A similar thing happened for Emscritpen SjLj so we added setThrew to emscripten_throw_longjmp's deps even though emscripten_throw_longjmp did not directly use setThrew: https://github.com/emscripten-core/emscripten/blob/8c81cac1bbae378bc7dde0c21c99602cbaf452d0/src/library.js#L1010-L1017 But it's tricky to do a similar thing here because we don't have a JS function that is always included in case of EH. (getTempRet0 seems to be always included but it is an assembly function) __resumeException can be one target but it is only included when LLVM IR's resume instruction is used, which is not always the case for all EH programs.

@sbc100 Do you think we can add setThrew to EXPORTED_FUNCTIONS (or DEFAULT_LIBRARY_FUNCS_TO_INCLUDE, I don't really know what the difference between the two) whenever DISABLE_EXCEPTION_CATCHING is false, in emcc.py? This makes it to be included even if exceptions are not used in the program, but given that the code is like three lines, would it be a problem?

Also, I think I used to see many additions to EXPORTED_FUNCTIONS or DEFAULT_LIBRARY_FUNCS_TO_INCLUDE in emcc.py but I can't see any now. Did we change how we deal with them?

sbc100 commented 4 weeks ago

@sbc100 Do you think we can add setThrew to EXPORTED_FUNCTIONS (or DEFAULT_LIBRARY_FUNCS_TO_INCLUDE, I don't really know what the difference between the two) whenever DISABLE_EXCEPTION_CATCHING is false, in emcc.py? This makes it to be included even if exceptions are not used in the program, but given that the code is like three lines, would it be a problem?

That seems reasonable as long as DISABLE_EXCEPTION_CATCHING defaults to true, so it won't effect all programs.

Also, I think I used to see many additions to EXPORTED_FUNCTIONS or DEFAULT_LIBRARY_FUNCS_TO_INCLUDE in emcc.py but I can't see any now.
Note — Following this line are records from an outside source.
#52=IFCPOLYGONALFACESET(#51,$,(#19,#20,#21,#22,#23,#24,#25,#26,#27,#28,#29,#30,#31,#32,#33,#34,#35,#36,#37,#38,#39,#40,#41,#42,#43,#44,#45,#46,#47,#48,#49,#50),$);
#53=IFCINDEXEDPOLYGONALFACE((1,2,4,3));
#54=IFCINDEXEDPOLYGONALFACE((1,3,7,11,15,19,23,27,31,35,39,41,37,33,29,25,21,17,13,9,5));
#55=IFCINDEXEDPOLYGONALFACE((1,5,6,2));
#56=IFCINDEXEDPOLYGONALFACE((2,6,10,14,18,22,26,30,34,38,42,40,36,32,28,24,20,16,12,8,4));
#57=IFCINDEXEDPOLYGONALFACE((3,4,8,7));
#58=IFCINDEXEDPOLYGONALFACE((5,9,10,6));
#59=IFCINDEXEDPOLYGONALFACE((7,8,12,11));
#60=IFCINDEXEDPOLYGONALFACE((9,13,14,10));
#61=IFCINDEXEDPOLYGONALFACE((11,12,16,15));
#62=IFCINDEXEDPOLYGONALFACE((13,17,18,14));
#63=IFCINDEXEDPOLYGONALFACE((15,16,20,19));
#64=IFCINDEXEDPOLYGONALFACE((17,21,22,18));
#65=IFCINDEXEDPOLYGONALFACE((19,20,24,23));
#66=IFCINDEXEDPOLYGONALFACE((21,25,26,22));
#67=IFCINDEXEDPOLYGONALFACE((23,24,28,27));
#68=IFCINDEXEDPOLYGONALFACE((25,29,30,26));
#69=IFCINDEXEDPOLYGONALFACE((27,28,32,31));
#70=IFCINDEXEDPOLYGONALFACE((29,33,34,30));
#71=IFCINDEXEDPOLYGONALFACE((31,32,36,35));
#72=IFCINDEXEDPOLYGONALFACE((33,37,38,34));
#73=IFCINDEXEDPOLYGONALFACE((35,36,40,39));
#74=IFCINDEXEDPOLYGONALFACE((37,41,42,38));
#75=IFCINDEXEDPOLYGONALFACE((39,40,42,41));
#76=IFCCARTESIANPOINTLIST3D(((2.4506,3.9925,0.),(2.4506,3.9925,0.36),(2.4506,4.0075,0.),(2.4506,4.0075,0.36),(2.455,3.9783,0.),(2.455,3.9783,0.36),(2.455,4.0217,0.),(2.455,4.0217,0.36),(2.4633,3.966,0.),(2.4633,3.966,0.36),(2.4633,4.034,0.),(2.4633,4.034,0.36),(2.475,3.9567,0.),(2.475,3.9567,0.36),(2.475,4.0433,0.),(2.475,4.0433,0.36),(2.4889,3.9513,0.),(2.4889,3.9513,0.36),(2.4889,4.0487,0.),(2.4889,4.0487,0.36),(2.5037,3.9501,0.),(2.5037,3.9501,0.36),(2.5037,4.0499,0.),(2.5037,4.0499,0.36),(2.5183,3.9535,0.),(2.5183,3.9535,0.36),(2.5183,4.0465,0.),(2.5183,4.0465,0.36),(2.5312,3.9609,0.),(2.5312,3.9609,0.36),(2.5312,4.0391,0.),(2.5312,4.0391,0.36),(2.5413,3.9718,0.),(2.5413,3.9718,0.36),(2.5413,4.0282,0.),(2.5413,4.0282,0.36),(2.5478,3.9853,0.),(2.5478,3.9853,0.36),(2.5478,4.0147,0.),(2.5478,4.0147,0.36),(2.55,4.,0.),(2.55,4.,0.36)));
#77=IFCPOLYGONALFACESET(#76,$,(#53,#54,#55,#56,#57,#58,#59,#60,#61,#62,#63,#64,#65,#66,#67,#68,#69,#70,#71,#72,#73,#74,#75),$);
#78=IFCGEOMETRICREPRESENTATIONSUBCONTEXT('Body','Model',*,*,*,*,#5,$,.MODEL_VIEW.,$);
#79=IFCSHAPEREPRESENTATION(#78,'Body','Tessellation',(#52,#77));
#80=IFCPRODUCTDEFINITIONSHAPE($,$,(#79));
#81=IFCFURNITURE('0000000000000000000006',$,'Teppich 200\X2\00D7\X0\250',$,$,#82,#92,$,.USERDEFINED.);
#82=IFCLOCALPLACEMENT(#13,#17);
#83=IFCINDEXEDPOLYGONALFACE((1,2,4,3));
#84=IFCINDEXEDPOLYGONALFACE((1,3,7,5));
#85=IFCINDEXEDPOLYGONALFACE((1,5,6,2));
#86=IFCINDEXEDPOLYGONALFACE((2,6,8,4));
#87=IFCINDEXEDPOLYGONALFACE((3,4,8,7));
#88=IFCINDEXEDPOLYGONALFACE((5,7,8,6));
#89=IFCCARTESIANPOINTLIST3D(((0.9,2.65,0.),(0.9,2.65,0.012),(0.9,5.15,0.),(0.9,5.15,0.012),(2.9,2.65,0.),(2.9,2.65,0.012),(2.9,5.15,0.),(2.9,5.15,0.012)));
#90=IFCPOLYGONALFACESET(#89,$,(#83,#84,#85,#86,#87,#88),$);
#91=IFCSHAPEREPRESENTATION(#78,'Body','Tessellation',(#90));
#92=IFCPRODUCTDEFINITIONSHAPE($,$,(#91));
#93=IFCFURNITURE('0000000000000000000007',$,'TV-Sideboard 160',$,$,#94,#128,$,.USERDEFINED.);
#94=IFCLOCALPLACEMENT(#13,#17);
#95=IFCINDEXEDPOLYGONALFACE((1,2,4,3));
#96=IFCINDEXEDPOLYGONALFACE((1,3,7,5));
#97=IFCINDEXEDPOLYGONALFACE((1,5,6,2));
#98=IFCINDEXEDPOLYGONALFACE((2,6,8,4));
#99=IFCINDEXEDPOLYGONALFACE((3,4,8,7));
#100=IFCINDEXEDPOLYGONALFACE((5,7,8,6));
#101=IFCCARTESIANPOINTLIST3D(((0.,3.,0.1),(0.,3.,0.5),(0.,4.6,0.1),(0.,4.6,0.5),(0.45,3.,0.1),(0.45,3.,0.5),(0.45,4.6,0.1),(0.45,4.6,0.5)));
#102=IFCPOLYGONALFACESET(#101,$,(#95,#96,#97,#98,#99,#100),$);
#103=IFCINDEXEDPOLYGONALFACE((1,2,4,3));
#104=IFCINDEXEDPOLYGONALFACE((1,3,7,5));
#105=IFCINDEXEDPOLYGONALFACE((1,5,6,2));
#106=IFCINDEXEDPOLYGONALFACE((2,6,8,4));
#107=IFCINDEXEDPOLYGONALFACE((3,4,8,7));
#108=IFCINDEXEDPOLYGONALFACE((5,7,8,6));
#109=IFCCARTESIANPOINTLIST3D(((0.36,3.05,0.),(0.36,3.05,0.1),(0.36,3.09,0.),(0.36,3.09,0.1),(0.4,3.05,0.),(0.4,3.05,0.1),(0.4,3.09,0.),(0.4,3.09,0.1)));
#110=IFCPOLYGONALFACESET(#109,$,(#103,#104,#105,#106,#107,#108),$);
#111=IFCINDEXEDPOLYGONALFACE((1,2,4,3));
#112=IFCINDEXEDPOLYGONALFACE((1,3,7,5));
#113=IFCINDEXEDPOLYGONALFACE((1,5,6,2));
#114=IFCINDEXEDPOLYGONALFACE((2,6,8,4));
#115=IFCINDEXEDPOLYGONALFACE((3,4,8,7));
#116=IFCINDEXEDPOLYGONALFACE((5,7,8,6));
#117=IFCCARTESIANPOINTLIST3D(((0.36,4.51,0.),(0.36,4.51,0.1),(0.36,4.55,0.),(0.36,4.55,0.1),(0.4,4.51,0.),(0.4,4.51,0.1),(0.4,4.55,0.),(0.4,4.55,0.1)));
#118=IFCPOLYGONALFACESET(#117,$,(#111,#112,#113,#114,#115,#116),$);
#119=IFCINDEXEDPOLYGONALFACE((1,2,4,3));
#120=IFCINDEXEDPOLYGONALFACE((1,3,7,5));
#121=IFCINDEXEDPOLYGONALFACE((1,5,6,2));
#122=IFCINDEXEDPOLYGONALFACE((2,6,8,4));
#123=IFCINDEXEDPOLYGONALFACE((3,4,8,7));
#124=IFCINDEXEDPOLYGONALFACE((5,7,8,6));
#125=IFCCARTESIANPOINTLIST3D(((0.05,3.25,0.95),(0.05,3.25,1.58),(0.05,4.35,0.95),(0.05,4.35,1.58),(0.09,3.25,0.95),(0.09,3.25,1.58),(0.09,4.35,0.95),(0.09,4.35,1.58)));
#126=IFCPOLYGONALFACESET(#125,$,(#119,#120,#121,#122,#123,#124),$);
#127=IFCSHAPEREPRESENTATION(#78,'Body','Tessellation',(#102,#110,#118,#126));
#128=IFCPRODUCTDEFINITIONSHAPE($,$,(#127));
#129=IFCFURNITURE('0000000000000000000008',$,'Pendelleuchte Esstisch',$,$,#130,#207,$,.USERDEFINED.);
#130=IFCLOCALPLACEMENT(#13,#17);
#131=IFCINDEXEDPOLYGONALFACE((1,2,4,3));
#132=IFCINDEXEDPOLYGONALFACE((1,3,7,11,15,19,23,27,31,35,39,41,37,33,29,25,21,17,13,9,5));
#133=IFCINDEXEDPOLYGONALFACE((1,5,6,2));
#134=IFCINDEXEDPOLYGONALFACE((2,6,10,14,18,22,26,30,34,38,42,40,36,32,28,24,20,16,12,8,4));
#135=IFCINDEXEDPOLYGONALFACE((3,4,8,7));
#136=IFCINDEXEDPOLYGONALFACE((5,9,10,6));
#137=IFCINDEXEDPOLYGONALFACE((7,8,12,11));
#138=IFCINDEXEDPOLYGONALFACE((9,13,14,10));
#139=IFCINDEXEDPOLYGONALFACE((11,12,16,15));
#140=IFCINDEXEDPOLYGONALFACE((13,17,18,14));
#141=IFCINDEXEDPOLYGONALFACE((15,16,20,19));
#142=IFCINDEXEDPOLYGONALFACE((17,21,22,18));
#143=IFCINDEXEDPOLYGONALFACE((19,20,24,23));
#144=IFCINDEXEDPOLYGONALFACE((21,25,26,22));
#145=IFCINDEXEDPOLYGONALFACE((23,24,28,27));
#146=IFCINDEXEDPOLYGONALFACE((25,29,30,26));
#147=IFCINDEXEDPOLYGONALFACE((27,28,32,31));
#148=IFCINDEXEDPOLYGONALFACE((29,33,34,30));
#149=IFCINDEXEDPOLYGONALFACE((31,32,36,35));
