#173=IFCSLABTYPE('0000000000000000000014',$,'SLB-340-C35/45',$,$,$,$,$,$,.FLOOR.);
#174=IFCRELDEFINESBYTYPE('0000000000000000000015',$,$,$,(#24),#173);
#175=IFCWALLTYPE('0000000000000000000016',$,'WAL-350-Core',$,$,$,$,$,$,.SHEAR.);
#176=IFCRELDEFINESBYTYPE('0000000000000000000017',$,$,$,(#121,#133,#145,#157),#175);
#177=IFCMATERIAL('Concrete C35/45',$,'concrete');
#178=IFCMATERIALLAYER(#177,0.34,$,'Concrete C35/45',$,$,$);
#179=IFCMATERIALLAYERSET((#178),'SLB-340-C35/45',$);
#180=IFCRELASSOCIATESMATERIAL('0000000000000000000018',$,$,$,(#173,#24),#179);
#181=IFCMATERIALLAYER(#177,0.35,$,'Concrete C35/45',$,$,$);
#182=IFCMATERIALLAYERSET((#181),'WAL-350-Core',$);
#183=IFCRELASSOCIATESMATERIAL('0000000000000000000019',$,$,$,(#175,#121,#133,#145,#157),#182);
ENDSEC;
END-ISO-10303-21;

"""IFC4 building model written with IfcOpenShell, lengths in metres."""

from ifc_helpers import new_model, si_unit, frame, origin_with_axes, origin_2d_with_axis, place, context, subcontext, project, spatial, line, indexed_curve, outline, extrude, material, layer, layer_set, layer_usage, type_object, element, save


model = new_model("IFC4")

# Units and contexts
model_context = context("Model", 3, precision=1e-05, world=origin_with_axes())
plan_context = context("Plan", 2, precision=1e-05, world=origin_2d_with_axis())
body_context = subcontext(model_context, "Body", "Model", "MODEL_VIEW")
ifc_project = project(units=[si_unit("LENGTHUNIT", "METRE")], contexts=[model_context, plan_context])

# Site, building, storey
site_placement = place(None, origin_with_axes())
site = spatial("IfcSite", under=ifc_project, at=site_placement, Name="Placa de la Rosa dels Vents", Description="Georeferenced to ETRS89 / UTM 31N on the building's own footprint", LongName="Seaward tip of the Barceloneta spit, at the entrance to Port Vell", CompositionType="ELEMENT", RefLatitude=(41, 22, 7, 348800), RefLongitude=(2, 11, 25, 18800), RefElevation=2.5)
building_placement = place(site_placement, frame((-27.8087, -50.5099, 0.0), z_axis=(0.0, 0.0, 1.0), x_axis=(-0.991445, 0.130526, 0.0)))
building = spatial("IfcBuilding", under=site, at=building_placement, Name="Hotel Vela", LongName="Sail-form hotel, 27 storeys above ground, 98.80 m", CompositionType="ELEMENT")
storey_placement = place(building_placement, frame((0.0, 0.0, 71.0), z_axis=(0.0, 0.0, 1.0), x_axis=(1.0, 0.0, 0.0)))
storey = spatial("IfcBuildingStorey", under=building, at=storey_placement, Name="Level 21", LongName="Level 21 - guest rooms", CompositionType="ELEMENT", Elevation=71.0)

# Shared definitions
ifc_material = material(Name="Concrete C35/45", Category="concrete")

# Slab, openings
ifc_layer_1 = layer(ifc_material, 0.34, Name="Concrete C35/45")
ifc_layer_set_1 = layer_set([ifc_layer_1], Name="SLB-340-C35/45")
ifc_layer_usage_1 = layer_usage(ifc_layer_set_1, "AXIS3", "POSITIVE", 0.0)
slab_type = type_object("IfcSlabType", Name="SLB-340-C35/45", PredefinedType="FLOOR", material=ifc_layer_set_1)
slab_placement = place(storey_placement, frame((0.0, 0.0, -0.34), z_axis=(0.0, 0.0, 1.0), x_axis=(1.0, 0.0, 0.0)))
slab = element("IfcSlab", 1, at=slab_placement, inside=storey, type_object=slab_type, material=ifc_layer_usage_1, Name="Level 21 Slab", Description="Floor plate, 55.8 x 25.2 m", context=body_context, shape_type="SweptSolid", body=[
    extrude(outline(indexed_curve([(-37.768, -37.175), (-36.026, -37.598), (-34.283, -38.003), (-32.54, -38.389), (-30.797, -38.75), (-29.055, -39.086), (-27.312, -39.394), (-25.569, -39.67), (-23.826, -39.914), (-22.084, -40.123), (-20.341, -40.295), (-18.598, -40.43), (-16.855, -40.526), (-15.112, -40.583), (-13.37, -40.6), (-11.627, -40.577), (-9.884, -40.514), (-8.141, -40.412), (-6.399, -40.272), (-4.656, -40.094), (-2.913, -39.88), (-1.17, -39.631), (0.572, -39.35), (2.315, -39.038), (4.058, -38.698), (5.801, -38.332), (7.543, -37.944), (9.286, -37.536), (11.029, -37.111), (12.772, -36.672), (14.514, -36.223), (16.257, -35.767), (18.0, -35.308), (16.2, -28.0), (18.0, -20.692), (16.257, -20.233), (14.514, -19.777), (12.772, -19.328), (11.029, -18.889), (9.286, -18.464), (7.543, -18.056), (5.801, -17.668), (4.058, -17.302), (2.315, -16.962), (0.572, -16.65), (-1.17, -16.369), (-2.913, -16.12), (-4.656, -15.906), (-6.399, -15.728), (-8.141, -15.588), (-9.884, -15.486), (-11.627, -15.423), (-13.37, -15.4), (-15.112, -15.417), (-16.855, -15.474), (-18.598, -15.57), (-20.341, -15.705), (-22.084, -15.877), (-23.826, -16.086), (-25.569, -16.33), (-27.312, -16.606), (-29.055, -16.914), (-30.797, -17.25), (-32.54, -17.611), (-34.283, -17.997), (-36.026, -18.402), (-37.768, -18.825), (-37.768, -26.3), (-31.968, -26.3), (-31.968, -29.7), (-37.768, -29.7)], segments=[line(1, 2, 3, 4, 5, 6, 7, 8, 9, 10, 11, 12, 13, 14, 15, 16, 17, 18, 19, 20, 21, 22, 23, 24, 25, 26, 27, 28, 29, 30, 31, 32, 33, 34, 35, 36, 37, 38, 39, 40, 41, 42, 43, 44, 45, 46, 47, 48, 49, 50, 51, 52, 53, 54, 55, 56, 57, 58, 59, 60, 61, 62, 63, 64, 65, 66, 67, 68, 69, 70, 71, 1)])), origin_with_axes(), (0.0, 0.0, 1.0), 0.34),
Did we change how we deal with them?

I think you will find these now in tools/link.py.

aheejin commented 3 weeks ago

Thanks! Where am I supposed to add setThrew, EXPORTED_FUNCTIONS or DEFAULT_LIBRARY_FUNCS_TO_INCLUDE? I have been always confused about the uses of those two...

curiousdannii commented 3 weeks ago

I haven't manually set DISABLE_EXCEPTION_CATCHING, so I think it's still on in my project. So wouldn't adding setThrew only if it's been set to false not solve the linking problem for projects linking in Rust libraries?

aheejin commented 3 weeks ago

In emcc + C++, if you set DISABLE_EXCEPTION_CATCHING, that LowerEmscriptenEHSjLj pass would not run and references to invokes or setThrew are not gonna be generated. But I guess you use Rust toolchain, which has a different workflow.

I'm not familiar with Rust toolchain's workflow. How does it work with emcc? Do you use emcc or not? In emcc, DISABLE_EXCEPTION_CATCHING defaults to true and if it's true it calls clang without -enable-emscripten-cxx-exceptions, which causes LowerEmscriptenEHSjLj not to run. But I'm not sure how Rust toolchain works.

curiousdannii commented 3 weeks ago

I'm compiling my Rust code into a static library for the wasm32-unknown-emscripten target. Emcc is not involved yet. Then I link it into my app using emcmake (which calls emcc).

So it seems like this is the cause? https://github.com/rust-lang/rust/blob/aa877bc71c8c8082122bee23d17c8669f30f275d/compiler/rustc_codegen_llvm/src/llvm_util.rs#L111

I'm guessing that I have to link with -enable-emscripten-cxx-exceptions? Or do I also need to get my C code to also be compiled with it? Maybe NO_DISABLE_EXCEPTION_CATCHING is required if you're linking Rust (with unwind)?

@tlively You originally added that flag in https://github.com/rust-lang/rust/commit/62c3443e9659be2bf0ae53df1421c846ceaca904 Do you remember anything about it? Any suggestions on what the best way to get Rust and Emcc to play nicely together here is?

aheejin commented 3 weeks ago

If you don't use emcc, which tool did you feed -sEXPORTED_FUNCIONS=_setThrew to?

curiousdannii commented 3 weeks ago

Yes I set that in cmake/emcc. It's just the Rust staticlib that's compiled without emcc.